Stocks fall across Europe as fears multiply over Greece
STOCKS in Dublin and elsewhere in Europe fell yesterday, extending the previous day's declines as a downgrade of Spain's credit rating by Standard & Poor's sparked fresh fears that problems in Greece were spreading to other heavily indebted countries.
Shares in the US rebounded after the Federal Reserve kept interest rates unchanged.
"It seems to be one (downgrade) after the other. Only a few months ago it looked like it was contained to Greece and in the last 24 hours we are seeing the contagion effect having a firm grip across Europe," said Manoj Ladwa, a trader at ETX Capital in London. The ISEQ Overall Index fell 83.55 points, or 2.5pc, to 3,257.02 points after declining 4.5pc on Tuesday. National benchmark indices fell in 16 of the 18 western European markets. Germany's DAX dropped 1.2pc, Italy's FTSE MIB lost 2.4pc and Portugal's PSI-20 slipped 1.9pc.
Among the biggest decliners were Aer Lingus which slid 6.2pc to 69c as the airline denied reports that it had decided to move its operations to Terminal 2 at Dublin Airport. Icon tumbled 6.1pc after the clinical testing company published earnings the previous day.
The biggest company on the stock exchange had another bad day, shedding 3.2pc to close at €19.70 as investors fretted about the prospects for the sector. CRH dropped 7.3pc on Tuesday after rival Cemex published an earnings update.
Elsewhere in Europe, stocks closed lower after S&P's downgrade of Spanish bonds. The Stoxx Europe 600 Index slid 1.3pc to 258.24, the lowest close since March 15.
Spain's IBEX 35 slid 3pc as Santander bank tumbled 4.2pc and Banco Bilbao Vizcaya Argentaria plummeted 4.8pc.
Greece's ASE Index rose 0.6pc, rebounding from the biggest drop since December on Tuesday, as the nation's securities regulator banned short-selling on the Athens stock exchange for two months.
Allianz, Europe's largest insurer, fell 2pc to €84.82 after Equinet downgraded German insurers to "neutral", saying "we cannot rule out anymore a haircut on Greek government bonds as a part of a debt restructuring". Axa, the biggest insurer in France, sank 3.1pc to €15.15.

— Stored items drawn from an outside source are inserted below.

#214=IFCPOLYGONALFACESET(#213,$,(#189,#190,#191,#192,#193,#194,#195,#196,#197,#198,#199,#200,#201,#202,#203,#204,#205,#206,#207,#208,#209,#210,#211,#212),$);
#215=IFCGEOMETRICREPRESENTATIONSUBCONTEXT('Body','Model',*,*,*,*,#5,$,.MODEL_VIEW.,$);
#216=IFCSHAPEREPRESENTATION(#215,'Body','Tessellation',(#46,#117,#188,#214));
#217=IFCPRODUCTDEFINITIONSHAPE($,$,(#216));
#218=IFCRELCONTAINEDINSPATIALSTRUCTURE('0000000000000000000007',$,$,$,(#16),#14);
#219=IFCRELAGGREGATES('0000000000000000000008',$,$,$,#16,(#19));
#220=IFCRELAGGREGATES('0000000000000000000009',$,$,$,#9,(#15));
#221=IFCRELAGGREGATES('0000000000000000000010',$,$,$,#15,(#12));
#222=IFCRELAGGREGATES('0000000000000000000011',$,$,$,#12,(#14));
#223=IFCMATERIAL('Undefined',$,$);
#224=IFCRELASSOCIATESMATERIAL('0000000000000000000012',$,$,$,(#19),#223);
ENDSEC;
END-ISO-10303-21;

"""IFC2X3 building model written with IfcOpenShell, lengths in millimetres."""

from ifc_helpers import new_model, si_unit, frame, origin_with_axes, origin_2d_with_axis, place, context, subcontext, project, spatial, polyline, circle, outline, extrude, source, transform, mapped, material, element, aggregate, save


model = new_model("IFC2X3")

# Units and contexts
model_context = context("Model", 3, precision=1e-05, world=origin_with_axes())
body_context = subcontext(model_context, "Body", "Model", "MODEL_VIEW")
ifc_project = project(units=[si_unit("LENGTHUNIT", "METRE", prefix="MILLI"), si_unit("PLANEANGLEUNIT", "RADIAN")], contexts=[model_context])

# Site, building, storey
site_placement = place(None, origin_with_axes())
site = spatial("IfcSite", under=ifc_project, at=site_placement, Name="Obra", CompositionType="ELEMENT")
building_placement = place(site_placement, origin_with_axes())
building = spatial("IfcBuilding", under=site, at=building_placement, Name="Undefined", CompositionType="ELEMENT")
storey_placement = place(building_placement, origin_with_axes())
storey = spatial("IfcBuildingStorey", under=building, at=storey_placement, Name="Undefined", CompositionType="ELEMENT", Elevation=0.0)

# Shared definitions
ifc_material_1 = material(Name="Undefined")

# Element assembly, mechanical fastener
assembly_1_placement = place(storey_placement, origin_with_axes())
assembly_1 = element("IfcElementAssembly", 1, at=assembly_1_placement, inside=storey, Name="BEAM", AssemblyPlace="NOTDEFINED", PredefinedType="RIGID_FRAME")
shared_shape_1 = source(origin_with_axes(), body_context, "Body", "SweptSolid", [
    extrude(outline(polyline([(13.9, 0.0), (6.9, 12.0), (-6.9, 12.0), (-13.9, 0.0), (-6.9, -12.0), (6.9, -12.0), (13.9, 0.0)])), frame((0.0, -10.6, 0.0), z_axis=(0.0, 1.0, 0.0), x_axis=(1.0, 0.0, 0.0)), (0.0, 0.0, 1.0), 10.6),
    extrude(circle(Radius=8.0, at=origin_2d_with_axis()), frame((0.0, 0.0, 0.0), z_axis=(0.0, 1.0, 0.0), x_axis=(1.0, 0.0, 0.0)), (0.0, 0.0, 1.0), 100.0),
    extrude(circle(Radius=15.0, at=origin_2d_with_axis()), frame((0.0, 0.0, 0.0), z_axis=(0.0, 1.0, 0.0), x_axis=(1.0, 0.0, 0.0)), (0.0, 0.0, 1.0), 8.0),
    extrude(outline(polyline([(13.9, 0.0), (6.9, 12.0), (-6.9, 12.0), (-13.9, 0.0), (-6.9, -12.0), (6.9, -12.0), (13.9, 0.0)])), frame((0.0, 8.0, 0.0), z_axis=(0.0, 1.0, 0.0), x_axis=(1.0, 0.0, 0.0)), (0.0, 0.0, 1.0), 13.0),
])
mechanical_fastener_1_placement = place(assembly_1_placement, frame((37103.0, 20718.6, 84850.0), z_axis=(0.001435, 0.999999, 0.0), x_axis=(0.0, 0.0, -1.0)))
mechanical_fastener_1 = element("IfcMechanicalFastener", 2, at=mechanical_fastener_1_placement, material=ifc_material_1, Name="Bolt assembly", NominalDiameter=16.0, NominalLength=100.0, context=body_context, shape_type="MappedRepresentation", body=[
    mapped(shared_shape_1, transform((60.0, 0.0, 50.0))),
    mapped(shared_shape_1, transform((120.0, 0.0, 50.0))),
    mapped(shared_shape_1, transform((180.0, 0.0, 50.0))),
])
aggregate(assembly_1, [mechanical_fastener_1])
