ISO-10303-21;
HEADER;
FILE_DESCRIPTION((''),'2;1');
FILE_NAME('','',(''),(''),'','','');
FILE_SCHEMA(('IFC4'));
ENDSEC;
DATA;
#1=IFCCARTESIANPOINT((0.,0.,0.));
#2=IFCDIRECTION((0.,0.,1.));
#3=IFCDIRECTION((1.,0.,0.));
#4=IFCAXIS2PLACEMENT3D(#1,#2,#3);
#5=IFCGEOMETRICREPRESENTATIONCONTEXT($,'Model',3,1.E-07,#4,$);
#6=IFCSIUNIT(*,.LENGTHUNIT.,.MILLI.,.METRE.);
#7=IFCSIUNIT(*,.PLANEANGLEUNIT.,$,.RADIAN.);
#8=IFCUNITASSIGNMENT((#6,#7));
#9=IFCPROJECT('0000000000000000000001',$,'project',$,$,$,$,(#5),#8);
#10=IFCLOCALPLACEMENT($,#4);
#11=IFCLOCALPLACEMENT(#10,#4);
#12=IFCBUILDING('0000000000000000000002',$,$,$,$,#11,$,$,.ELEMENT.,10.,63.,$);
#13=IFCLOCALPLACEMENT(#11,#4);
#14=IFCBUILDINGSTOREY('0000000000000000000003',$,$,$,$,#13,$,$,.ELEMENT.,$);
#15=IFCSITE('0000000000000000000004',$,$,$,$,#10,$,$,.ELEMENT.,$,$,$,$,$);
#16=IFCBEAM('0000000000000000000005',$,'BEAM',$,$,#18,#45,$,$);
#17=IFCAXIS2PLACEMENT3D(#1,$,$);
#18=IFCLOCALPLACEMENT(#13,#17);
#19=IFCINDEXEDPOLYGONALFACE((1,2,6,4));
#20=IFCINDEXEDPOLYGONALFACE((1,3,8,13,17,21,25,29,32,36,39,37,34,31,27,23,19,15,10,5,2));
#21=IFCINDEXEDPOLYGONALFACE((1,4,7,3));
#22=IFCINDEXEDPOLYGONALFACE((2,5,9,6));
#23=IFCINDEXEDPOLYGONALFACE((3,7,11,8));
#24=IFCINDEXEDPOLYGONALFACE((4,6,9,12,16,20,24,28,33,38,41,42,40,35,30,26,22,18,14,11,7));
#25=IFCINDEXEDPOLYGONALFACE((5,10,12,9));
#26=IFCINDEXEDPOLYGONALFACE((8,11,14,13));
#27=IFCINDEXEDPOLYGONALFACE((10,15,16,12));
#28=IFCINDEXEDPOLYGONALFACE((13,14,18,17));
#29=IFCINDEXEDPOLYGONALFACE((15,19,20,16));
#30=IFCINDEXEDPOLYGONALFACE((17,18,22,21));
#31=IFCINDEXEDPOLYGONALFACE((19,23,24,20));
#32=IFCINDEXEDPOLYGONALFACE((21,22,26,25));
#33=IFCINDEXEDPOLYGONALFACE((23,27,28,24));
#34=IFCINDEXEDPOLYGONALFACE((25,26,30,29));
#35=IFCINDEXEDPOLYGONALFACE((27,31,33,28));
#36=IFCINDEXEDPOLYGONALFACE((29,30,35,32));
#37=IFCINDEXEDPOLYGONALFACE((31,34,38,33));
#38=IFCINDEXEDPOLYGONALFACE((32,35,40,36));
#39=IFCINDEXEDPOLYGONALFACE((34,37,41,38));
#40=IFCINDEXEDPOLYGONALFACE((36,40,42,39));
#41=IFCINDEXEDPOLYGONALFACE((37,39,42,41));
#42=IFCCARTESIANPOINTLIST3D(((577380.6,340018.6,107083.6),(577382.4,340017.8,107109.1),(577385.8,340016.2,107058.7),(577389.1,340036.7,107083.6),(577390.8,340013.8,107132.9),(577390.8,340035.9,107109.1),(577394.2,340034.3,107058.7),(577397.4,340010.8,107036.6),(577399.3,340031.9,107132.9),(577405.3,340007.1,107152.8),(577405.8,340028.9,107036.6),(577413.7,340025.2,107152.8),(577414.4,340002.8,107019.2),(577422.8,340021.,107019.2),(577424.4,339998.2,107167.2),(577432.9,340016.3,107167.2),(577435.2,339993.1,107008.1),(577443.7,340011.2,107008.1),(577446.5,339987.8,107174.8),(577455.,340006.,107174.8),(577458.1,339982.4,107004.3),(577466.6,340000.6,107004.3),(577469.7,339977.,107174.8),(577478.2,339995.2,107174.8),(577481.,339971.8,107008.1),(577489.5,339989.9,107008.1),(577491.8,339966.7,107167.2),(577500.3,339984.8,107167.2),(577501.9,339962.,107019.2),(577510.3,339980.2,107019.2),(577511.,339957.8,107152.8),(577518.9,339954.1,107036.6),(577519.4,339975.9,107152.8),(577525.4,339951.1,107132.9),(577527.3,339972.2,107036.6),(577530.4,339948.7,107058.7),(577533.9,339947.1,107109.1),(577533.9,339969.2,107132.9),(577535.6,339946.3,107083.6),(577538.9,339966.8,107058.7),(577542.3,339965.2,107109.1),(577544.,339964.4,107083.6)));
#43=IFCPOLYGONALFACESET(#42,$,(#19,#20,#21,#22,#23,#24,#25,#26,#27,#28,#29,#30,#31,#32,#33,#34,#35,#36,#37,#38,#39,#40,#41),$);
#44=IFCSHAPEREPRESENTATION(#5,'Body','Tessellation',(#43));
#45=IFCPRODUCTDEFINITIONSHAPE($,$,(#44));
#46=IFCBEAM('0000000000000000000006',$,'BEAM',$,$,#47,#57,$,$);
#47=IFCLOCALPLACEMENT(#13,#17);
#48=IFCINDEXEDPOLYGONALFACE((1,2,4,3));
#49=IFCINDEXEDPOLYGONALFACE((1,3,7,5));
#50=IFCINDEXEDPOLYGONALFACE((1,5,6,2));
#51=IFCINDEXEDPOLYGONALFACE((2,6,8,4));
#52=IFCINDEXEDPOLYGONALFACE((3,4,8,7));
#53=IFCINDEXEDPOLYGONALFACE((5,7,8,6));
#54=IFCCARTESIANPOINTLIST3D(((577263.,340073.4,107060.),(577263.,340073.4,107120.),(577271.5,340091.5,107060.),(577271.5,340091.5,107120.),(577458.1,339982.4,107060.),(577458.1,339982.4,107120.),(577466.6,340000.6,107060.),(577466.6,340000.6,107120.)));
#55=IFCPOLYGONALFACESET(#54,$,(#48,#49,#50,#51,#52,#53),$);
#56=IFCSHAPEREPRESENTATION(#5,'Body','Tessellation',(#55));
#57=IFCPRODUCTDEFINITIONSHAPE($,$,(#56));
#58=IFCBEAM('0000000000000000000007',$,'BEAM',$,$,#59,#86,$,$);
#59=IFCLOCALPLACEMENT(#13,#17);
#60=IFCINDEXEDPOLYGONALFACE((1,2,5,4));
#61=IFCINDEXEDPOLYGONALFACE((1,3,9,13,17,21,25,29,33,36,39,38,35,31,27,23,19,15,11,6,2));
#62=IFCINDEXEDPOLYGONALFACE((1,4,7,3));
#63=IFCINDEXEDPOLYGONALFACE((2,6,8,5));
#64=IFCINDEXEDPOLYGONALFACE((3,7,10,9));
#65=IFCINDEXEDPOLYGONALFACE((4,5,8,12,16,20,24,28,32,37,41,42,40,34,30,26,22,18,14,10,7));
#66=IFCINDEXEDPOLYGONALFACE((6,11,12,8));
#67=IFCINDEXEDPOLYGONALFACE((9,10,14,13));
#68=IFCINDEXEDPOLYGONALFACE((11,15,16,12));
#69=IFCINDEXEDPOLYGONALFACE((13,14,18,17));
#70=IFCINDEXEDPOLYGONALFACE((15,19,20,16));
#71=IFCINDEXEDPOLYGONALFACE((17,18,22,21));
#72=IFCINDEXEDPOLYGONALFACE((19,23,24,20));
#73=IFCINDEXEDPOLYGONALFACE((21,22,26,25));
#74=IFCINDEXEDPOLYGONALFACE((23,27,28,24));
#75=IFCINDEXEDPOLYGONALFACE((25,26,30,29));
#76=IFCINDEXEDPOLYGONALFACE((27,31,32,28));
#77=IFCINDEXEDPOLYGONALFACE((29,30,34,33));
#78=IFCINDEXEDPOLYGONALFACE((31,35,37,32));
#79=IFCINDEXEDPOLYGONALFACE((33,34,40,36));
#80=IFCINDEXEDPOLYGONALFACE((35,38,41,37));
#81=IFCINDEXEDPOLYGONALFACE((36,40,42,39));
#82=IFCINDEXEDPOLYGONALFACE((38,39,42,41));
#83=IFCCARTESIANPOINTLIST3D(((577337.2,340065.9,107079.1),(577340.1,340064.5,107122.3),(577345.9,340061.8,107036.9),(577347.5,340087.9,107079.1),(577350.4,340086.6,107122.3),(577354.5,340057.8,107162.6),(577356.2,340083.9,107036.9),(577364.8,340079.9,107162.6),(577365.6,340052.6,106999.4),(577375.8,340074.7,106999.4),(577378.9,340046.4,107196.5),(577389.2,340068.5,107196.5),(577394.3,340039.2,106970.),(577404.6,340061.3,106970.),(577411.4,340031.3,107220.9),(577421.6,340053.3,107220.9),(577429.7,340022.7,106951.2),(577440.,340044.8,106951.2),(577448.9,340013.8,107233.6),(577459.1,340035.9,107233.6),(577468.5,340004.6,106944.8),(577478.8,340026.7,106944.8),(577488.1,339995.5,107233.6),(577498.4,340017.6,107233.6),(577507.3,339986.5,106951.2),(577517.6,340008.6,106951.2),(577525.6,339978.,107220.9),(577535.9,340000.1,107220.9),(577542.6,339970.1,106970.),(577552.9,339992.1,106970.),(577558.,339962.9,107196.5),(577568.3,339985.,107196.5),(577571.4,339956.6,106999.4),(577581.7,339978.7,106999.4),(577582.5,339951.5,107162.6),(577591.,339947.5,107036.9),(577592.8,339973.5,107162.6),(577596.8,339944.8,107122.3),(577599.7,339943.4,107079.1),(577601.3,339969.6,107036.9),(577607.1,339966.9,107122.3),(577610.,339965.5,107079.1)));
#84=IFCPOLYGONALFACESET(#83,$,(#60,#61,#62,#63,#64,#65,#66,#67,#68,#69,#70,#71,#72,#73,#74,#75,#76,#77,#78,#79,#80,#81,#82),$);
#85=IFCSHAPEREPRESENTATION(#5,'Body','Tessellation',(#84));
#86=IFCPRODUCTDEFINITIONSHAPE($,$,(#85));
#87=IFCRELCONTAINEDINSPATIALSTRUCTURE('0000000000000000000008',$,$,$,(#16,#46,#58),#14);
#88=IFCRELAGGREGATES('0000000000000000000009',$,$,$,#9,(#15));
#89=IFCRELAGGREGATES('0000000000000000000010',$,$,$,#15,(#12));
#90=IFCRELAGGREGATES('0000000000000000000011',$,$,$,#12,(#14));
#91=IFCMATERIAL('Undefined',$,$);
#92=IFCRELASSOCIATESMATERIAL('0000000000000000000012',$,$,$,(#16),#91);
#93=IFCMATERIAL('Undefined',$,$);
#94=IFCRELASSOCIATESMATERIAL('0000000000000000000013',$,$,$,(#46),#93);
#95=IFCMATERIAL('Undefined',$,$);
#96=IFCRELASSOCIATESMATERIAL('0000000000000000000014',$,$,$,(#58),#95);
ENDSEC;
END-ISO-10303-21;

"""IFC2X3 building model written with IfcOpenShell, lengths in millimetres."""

from ifc_helpers import new_model, si_unit, frame, origin_with_axes, origin_2d_with_axis, place, context, project, spatial, rectangle, circle, extrude, material, element, save


model = new_model("IFC2X3")

# Units and contexts
model_context = context("Model", 3, precision=1e-07, world=origin_with_axes())
ifc_project = project(units=[si_unit("LENGTHUNIT", "METRE", prefix="MILLI"), si_unit("PLANEANGLEUNIT", "RADIAN")], contexts=[model_context])

# Site, building, storey
site_placement = place(None, origin_with_axes())
site = spatial("IfcSite", under=ifc_project, at=site_placement, CompositionType="ELEMENT")
building_placement = place(site_placement, origin_with_axes())
building = spatial("IfcBuilding", under=site, at=building_placement, CompositionType="ELEMENT", ElevationOfRefHeight=10.0, ElevationOfTerrain=63.0)
storey_placement = place(building_placement, origin_with_axes())
storey = spatial("IfcBuildingStorey", under=building, at=storey_placement, CompositionType="ELEMENT")

# Beams
ifc_material_1 = material(Name="Undefined")
beam_1_placement = place(storey_placement, frame((577462.3, 339991.5, 107090.0), z_axis=(0.422618, 0.906308, 0.0), x_axis=(-0.906308, 0.422618, 0.0)))
element("IfcBeam", 1, at=beam_1_placement, inside=storey, material=ifc_material_1, Name="BEAM", context=model_context, shape_type="SweptSolid", body=[
    extrude(circle(Radius=85.7, at=origin_2d_with_axis()), frame((0.0, 0.0, -10.0), z_axis=(0.0, 0.0, 1.0), x_axis=(0.0, -1.0, 0.0)), (0.0, 0.0, 1.0), 20.0),
])
ifc_material_2 = material(Name="Undefined")
beam_2_placement = place(storey_placement, frame((577364.8, 340037.0, 107090.0), z_axis=(0.0, 0.0, 1.0), x_axis=(-0.906308, 0.422618, 0.0)))
element("IfcBeam", 2, at=beam_2_placement, inside=storey, material=ifc_material_2, Name="BEAM", context=model_context, shape_type="SweptSolid", body=[
    extrude(rectangle(XDim=20.0, YDim=215.2, at=origin_2d_with_axis()), frame((0.0, 0.0, -30.0), z_axis=(0.0, 0.0, 1.0), x_axis=(0.0, -1.0, 0.0)), (0.0, 0.0, 1.0), 60.0),
])
ifc_material_3 = material(Name="Undefined")
beam_3_placement = place(storey_placement, frame((577473.6, 340015.7, 107090.0), z_axis=(0.422618, 0.906308, 0.0), x_axis=(-0.906308, 0.422618, 0.0)))
element("IfcBeam", 3, at=beam_3_placement, inside=storey, material=ifc_material_3, Name="BEAM", context=model_context, shape_type="SweptSolid", body=[
    extrude(circle(Radius=145.2, at=origin_2d_with_axis()), frame((0.0, 0.0, -12.2), z_axis=(0.0, 0.0, 1.0), x_axis=(0.0, -1.0, 0.0)), (0.0, 0.0, 1.0), 24.4),
])

save(model, "model.ifc")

Royal Dutch Shell limited declines in European shares. The company surged 2.3pc to £20.44, the highest close since June 2008, after posting a 57pc increase in first-quarter profit on a rebound in crude prices and improved refining margins.
US stocks rose as bargain hunting and the Federal Reserve's pledge to keep interest rates near zero overshadowed Spain's credit rating issue.
The S&P 500 rebounded in afternoon trading from early losses as investors scooped up beaten-down shares of financial companies and welcomed the Fed's widely predicted decision to keep rates unchanged.